Há uma história bestial contada por Artur Portela em Fotomontagem, romance de 1978 inspirado na fundação do Jornal Novo em 1975. Portela e Sasportes, ou João
e Souzela, para nos mantermos
fiéis ao espírito da obra, começam a empreitada com a apresentação do novo
projecto jornalístico aos líderes partidários que se baterão em refregas
eleitorais nos calores de 1975 e 1976.
Começam pelo Partido Socialista, onde encontram uma confusão épica.
Ninguém sabe «do Mário» – um assessor acha que está no comício, outro crê que
está com o ministro da Roménia. Tocam telefones. Multiplicam-se reuniões.
Sobrepõem-se compromissos. Quando «o Mário», por fim, os recebe, tem a suprema
dificuldade de conseguir que os assessores lhe tragam café e chá para as
visitas. Os diálogos são memoráveis, como quase tudo o que Artur Portela
escreve.
Na curta entrevista com o ministro, cruzam-se os propósitos empresariais
e a desorganização burocrática.
«Dois cafés e um chá, sr. Ministro.»
«Não, um café e um chá!… Pois, mas já… Vocês desculpem. Este Ministério
está todo assim. De resto, não só este Ministério.» (…)
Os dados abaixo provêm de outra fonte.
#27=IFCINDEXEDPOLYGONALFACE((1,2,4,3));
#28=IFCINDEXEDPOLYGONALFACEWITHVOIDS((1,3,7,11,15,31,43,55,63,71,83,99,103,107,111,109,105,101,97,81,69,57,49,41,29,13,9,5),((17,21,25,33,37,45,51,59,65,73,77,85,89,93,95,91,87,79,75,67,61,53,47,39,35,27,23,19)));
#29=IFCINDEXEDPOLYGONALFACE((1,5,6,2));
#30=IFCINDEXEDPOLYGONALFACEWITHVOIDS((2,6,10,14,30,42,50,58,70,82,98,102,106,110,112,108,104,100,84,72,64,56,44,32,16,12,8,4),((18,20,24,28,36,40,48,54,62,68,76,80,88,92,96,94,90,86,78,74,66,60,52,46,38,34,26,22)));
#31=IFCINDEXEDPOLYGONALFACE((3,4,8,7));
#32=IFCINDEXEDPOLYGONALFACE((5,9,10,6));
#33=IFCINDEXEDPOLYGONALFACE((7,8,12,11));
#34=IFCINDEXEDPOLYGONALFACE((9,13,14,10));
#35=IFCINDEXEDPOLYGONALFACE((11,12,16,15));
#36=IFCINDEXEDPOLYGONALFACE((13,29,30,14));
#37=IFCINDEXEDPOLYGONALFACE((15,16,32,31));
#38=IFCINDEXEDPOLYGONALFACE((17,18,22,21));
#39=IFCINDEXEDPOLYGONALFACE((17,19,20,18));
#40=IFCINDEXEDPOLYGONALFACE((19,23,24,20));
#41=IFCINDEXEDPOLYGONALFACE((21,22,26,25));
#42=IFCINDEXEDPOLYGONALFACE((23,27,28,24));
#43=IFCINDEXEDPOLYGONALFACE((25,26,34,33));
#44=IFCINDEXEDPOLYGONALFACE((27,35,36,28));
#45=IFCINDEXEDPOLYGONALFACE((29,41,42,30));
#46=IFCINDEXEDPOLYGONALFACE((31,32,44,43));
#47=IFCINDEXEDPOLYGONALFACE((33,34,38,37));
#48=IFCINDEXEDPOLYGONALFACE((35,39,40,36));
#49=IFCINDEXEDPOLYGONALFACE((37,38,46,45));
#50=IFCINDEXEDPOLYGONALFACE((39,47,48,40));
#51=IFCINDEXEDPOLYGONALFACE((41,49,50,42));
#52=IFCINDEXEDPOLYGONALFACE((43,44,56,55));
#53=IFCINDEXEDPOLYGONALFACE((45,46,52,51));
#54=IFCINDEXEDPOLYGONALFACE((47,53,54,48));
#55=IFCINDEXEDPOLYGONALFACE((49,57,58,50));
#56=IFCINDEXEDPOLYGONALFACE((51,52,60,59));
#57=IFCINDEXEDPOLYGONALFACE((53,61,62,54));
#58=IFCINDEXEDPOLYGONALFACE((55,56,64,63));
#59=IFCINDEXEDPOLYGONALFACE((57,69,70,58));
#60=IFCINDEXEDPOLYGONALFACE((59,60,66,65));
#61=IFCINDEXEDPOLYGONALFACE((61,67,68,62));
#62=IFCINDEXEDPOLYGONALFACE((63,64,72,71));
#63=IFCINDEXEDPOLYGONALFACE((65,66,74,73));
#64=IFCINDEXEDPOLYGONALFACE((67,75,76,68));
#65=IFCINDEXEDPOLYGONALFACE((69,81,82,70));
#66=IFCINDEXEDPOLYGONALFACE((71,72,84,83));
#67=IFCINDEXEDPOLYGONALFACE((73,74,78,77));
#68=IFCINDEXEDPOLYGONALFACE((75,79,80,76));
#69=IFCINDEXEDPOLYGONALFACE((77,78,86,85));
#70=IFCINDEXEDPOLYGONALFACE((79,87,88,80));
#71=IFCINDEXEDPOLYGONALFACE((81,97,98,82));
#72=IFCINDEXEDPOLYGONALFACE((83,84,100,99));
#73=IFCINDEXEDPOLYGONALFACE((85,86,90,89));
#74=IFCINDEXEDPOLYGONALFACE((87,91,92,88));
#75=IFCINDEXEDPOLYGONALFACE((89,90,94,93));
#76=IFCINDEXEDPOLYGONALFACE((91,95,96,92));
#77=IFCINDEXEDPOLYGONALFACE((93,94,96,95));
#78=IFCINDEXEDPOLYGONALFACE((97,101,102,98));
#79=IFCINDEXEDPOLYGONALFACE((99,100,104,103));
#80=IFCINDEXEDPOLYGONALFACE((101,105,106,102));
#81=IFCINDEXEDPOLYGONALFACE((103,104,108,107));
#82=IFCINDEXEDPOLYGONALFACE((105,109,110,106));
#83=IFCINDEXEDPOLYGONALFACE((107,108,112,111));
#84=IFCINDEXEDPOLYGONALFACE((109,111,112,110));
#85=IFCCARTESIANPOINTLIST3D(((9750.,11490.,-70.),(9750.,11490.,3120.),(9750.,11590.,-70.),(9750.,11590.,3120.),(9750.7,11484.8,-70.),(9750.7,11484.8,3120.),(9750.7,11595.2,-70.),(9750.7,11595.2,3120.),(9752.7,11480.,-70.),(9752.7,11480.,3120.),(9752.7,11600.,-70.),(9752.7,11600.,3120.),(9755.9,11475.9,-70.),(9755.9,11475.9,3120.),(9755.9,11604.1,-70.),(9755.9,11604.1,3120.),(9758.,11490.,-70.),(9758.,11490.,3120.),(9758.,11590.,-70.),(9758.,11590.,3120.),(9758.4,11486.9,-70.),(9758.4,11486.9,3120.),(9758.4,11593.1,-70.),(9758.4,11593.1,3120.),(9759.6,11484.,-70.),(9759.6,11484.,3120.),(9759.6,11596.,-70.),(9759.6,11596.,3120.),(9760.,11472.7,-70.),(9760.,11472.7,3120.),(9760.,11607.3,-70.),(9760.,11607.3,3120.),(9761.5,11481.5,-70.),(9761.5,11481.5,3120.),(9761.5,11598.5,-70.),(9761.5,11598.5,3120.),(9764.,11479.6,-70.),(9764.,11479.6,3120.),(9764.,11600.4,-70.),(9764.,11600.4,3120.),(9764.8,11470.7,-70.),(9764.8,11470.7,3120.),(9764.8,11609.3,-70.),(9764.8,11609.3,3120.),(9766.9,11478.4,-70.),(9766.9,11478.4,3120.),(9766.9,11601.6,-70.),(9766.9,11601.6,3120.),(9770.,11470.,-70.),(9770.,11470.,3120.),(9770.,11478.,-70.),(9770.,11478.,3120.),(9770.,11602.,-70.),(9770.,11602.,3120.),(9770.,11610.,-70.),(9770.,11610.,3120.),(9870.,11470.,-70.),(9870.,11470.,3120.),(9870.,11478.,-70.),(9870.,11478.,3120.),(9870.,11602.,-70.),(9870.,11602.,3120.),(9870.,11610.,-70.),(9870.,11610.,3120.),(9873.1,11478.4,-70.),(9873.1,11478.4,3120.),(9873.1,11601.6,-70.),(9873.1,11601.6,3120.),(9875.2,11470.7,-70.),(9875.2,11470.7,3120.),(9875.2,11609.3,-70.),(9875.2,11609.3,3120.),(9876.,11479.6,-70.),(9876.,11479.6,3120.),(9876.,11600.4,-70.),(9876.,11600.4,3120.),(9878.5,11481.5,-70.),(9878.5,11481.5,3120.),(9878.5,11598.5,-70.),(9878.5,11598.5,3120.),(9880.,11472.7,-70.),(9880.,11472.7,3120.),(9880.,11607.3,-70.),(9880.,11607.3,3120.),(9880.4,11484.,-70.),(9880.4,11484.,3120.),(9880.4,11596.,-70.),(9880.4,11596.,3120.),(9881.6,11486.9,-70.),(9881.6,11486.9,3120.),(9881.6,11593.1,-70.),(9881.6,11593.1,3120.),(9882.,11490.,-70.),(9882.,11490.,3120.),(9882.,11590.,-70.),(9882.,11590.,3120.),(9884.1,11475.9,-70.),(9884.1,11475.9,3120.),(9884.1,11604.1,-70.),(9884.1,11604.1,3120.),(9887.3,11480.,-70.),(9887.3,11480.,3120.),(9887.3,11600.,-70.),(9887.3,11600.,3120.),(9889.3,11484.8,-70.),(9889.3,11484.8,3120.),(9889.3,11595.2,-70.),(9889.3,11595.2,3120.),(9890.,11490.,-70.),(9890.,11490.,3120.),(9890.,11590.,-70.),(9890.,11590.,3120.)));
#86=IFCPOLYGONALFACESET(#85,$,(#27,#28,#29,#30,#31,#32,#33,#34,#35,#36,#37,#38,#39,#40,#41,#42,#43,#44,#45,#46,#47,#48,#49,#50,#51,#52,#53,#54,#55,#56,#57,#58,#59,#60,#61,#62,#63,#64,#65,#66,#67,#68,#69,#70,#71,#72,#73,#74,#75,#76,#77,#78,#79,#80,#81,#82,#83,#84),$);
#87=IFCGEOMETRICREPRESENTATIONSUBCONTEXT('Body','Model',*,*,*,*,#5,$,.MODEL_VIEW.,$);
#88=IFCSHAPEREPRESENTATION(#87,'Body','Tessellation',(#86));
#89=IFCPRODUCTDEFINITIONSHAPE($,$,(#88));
«É um pouco para clarificar a situação que surge o nosso jornal.»
«Não ria, Souzela, não ria! Isto dos cafés e dos chás não se resolve com
um jornal.»
Interrompe o contínuo.
«Há quem diga, aqui na antecâmara, que já são três cafés e três chás.
Ora, os senhores são só três.»
«Homem, eu já disse, três ou quatro vezes, que é um chá e um café.»
«Pronto, sr. Ministro.»
«Sem leite!»
«Sim, sr. Ministro.»
João aproveita então para explicar o projecto:
«Pretendemos situar-nos num espaço entre o PC e o PS.»
«Qual espaço?»
«Num espaço entre o PS e o PC.»
«Percebi perfeitamente. Só não vejo esse espaço.»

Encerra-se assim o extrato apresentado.